Stored data entries
== Segment start ==

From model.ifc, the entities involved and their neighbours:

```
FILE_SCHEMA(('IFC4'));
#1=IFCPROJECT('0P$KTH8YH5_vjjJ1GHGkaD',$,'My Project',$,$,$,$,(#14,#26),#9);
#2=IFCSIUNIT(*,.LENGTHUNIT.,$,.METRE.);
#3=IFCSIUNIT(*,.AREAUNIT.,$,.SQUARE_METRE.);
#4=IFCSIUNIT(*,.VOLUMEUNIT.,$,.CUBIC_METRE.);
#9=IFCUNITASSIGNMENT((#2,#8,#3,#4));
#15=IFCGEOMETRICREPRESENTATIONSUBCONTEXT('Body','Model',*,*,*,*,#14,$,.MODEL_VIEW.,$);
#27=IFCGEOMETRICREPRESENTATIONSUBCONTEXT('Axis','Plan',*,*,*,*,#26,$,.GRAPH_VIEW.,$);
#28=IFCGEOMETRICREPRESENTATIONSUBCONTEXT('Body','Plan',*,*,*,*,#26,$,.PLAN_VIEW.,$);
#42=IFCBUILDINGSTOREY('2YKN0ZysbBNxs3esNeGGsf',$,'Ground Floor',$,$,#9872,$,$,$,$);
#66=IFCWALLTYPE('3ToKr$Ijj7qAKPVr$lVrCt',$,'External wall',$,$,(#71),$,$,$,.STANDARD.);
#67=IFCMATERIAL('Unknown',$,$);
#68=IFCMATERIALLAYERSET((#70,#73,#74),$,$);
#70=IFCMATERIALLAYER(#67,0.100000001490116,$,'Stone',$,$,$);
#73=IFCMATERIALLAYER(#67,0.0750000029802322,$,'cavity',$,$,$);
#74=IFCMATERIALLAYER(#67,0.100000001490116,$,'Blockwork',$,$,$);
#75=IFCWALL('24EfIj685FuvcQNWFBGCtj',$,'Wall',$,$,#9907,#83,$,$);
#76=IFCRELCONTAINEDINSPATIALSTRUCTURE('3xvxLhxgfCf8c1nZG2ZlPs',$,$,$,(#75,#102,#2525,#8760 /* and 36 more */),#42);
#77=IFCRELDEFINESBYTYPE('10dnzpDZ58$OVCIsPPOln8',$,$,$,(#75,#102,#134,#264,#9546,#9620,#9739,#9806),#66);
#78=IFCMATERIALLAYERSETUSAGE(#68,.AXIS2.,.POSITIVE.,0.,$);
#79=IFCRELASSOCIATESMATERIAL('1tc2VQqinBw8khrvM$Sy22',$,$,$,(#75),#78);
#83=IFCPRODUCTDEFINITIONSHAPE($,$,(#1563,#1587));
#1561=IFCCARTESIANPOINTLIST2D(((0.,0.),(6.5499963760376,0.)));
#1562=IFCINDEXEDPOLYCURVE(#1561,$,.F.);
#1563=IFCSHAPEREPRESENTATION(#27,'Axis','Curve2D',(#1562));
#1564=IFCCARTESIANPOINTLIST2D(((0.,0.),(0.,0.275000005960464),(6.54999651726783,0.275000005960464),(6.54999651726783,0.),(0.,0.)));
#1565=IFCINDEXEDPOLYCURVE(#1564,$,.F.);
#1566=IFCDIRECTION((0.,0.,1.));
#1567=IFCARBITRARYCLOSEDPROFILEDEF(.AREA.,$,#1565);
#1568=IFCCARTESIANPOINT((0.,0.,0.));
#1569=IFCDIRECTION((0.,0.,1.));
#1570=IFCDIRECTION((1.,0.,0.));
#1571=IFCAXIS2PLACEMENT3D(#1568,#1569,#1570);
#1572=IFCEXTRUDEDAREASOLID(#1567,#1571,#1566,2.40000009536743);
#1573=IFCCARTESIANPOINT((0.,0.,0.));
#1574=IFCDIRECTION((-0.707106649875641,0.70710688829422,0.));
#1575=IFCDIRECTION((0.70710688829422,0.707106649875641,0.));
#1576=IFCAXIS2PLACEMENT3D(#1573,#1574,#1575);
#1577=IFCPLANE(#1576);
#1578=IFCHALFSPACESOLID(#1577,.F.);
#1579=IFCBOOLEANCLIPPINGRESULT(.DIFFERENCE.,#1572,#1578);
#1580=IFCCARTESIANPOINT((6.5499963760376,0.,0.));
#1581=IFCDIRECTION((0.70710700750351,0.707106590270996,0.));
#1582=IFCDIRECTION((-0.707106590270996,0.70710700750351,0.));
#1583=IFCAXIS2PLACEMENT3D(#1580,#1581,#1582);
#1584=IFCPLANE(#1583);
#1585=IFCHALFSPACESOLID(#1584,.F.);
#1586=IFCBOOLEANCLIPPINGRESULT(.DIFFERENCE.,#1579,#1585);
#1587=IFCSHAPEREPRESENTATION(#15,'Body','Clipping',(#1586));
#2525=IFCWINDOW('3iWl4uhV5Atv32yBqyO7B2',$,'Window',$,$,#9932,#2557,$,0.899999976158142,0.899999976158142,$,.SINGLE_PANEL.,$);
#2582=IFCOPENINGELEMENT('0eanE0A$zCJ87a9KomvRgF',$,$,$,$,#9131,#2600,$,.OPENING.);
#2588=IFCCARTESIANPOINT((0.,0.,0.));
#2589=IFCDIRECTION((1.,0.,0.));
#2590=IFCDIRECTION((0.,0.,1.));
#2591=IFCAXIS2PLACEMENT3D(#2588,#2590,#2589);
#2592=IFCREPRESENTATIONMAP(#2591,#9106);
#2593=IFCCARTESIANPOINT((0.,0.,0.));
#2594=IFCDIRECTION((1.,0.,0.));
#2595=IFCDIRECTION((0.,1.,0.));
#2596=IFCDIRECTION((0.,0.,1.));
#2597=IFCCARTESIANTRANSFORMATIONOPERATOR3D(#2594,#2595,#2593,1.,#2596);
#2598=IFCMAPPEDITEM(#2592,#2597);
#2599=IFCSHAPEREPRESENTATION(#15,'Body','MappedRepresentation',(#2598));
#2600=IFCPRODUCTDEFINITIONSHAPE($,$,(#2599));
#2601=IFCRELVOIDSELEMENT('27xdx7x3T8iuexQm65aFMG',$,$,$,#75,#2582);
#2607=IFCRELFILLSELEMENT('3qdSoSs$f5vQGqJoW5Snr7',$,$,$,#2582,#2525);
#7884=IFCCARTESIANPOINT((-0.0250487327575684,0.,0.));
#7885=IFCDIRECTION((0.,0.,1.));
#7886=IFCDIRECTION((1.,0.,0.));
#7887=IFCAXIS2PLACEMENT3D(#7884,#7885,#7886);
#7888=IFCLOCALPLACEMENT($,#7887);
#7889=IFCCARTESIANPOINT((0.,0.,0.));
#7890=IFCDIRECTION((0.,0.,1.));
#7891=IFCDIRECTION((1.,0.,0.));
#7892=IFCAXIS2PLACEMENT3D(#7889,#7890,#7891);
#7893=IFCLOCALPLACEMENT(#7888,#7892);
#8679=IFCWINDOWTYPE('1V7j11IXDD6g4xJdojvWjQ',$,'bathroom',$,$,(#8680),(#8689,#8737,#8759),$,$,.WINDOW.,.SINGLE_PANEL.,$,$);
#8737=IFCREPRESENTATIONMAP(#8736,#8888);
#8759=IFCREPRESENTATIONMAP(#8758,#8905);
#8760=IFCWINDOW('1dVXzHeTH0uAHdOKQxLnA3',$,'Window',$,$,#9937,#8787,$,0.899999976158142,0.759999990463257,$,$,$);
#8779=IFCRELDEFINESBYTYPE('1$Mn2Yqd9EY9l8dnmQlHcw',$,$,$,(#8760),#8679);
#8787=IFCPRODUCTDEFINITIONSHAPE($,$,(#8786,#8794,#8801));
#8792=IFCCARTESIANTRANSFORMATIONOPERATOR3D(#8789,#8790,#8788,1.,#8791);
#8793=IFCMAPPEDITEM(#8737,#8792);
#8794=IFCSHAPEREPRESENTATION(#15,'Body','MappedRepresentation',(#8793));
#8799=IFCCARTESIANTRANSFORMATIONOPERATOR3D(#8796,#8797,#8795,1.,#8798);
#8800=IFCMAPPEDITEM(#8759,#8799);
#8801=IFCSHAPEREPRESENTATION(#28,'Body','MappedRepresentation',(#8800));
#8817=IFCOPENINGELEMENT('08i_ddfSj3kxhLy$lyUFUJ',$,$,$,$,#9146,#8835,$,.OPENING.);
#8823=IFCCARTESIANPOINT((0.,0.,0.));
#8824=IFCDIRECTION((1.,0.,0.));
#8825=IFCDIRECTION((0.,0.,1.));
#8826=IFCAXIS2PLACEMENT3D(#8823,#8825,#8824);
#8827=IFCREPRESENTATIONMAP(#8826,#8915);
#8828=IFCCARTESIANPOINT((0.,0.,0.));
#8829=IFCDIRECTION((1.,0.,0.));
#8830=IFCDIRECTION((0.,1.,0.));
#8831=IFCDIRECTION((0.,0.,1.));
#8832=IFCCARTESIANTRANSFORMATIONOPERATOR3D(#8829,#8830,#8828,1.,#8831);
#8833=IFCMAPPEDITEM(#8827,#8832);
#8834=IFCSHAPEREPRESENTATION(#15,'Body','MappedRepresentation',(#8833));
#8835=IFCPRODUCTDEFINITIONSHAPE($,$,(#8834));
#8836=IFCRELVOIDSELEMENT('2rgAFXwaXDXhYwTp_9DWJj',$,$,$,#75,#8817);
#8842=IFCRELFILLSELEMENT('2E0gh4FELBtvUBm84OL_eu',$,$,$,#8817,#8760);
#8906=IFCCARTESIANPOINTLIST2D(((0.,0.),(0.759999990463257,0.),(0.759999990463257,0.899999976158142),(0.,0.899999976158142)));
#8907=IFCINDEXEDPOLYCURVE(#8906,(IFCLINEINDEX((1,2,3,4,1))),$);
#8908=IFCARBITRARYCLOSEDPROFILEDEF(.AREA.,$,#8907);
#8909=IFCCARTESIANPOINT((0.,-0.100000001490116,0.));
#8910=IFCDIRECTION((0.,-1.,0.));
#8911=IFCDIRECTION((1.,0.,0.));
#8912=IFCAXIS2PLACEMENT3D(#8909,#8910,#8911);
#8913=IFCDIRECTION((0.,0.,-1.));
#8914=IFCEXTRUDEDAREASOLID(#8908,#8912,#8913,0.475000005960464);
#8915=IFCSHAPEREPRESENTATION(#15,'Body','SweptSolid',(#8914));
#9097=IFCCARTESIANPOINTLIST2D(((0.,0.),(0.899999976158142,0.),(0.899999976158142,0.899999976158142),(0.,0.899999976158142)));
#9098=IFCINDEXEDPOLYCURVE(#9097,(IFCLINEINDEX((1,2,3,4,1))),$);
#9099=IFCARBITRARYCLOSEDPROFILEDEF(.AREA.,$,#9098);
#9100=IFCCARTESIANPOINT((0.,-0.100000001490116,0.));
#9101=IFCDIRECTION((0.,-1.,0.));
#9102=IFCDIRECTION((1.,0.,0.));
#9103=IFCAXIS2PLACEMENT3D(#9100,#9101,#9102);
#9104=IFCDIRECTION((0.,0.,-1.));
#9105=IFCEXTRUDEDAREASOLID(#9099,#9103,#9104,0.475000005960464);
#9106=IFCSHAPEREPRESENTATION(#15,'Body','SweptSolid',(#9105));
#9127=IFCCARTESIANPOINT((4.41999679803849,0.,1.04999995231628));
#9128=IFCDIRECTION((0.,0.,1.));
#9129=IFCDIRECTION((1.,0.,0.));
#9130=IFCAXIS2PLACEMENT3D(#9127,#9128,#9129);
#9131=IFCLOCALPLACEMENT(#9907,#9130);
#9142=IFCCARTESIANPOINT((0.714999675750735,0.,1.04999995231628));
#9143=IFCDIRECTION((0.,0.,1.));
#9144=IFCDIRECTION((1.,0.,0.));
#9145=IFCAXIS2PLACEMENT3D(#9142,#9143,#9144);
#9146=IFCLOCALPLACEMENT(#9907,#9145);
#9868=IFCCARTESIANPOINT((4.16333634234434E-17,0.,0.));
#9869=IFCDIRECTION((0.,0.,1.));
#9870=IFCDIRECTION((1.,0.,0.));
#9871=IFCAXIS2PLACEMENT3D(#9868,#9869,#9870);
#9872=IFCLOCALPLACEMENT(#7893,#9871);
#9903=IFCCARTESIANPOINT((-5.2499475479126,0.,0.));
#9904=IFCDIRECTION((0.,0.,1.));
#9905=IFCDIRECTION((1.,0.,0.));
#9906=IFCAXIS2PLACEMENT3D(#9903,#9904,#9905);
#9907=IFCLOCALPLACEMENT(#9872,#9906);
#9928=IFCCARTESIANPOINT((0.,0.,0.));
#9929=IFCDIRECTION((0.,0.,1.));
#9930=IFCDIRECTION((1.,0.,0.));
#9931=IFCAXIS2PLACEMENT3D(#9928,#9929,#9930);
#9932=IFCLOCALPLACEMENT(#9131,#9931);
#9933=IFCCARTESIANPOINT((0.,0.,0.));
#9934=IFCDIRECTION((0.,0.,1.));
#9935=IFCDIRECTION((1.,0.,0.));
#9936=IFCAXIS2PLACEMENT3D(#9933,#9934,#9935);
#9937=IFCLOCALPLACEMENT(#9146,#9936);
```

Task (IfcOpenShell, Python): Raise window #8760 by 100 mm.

```python
import numpy as np
import ifcopenshell
import ifcopenshell.api.geometry
import ifcopenshell.util.placement
import ifcopenshell.util.unit

model = ifcopenshell.open("model.ifc")
unit_scale = ifcopenshell.util.unit.calculate_unit_scale(model)

window = model.by_guid("1dVXzHeTH0uAHdOKQxLnA3")
opening = window.FillsVoids[0].RelatingOpeningElement
dz = 0.1 / unit_scale

shift = np.array([0.0, 0.0, dz])
# The window is placed relative to its opening, so it follows when the opening moves.
matrix = ifcopenshell.util.placement.get_local_placement(opening.ObjectPlacement)
matrix[:3, 3] += shift
ifcopenshell.api.geometry.edit_object_placement(
    model, product=opening, matrix=matrix, is_si=False, should_transform_children=True
)

print(f"moved by {dz * unit_scale:+.3f} m")

model.write("model-out.ifc")
```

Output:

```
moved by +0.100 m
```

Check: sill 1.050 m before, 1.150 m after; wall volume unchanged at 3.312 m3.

== Segment end ==

*PROBLEM REQUIREMENTS*. This exercise requires the lines of the entries containing the string "IFCGEOMETRICREPRESENTATIONSUBCONTEXT".

*EXERCISE ANSWER*.
#15=IFCGEOMETRICREPRESENTATIONSUBCONTEXT('Body','Model',*,*,*,*,#14,$,.MODEL_VIEW.,$);
#27=IFCGEOMETRICREPRESENTATIONSUBCONTEXT('Axis','Plan',*,*,*,*,#26,$,.GRAPH_VIEW.,$);
#28=IFCGEOMETRICREPRESENTATIONSUBCONTEXT('Body','Plan',*,*,*,*,#26,$,.PLAN_VIEW.,$);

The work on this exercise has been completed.